• [YOUR INSTRUCTIONS] The answer must consist of every line below that holds the word "ObjectType".

• [Collected data entries]
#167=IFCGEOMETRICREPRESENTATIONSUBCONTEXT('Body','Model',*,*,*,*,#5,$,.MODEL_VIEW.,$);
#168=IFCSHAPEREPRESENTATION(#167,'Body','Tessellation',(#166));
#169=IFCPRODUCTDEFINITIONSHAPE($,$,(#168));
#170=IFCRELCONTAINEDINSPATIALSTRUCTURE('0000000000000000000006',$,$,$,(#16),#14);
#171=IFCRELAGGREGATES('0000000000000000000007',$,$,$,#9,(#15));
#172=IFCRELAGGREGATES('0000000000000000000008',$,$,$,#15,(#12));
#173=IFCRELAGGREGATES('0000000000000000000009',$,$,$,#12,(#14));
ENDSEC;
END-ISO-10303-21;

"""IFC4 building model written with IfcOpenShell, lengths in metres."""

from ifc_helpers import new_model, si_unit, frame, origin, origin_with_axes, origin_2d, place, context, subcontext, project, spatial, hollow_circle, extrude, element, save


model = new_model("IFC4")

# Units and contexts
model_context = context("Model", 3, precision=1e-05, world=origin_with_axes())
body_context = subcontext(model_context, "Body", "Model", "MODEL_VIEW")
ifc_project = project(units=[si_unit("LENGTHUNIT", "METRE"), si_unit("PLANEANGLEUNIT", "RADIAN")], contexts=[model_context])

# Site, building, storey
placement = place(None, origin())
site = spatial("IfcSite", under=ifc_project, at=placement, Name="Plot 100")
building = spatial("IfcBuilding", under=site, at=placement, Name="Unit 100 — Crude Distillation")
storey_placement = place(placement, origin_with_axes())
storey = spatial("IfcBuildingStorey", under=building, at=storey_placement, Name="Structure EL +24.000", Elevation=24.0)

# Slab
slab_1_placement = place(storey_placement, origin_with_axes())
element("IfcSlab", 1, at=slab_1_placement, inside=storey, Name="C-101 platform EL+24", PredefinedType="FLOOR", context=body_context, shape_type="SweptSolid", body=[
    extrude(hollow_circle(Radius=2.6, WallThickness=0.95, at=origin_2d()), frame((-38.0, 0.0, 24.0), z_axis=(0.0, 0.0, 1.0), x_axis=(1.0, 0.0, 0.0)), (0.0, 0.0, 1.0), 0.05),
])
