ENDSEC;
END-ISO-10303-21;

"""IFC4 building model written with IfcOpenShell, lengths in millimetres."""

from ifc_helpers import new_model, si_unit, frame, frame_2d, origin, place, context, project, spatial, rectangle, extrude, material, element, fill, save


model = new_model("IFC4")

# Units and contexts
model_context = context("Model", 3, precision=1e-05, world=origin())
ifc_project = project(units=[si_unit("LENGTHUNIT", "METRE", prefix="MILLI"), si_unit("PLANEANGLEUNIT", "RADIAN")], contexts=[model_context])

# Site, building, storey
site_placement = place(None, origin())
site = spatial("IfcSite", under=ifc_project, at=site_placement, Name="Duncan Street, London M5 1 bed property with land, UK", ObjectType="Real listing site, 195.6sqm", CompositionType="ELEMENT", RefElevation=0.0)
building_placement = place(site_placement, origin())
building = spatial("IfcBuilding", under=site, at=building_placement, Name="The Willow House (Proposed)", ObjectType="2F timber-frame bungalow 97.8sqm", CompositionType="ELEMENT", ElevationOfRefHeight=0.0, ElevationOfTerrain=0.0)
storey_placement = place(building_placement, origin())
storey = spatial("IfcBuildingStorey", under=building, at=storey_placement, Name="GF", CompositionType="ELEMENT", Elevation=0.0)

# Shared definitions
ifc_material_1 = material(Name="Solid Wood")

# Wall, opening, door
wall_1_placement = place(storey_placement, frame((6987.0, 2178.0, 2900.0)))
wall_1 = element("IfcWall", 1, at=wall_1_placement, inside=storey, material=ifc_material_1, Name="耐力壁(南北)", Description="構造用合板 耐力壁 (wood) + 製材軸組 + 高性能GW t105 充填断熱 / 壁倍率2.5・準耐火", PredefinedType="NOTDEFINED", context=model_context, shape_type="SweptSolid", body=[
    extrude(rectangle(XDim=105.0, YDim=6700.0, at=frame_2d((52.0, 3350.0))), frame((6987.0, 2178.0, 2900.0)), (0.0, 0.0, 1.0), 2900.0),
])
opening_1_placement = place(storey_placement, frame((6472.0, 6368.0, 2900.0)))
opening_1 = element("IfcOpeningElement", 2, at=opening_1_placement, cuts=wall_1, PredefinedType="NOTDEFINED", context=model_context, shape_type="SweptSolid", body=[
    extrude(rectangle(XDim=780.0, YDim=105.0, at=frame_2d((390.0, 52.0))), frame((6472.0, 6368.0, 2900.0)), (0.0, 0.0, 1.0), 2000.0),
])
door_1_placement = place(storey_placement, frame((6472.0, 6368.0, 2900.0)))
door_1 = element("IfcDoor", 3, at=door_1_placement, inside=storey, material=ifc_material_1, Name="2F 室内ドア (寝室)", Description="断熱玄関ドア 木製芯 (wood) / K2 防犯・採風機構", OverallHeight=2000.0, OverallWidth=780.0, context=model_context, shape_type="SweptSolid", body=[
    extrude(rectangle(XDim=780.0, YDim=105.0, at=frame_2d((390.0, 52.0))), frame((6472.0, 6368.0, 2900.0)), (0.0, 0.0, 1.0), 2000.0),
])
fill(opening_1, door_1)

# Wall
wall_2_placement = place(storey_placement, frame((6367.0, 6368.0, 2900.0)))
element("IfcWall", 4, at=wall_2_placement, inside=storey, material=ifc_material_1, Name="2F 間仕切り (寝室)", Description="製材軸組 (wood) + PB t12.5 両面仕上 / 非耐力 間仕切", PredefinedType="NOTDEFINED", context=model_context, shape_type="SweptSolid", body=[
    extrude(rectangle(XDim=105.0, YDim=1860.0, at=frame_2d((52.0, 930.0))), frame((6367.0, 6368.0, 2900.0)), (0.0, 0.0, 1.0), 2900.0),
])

• [EXERCISE ANSWER]
site = spatial("IfcSite", under=ifc_project, at=site_placement, Name="Duncan Street, London M5 1 bed property with land, UK", ObjectType="Real listing site, 195.6sqm", CompositionType="ELEMENT", RefElevation=0.0)
building = spatial("IfcBuilding", under=site, at=building_placement, Name="The Willow House (Proposed)", ObjectType="2F timber-frame bungalow 97.8sqm", CompositionType="ELEMENT", ElevationOfRefHeight=0.0, ElevationOfTerrain=0.0)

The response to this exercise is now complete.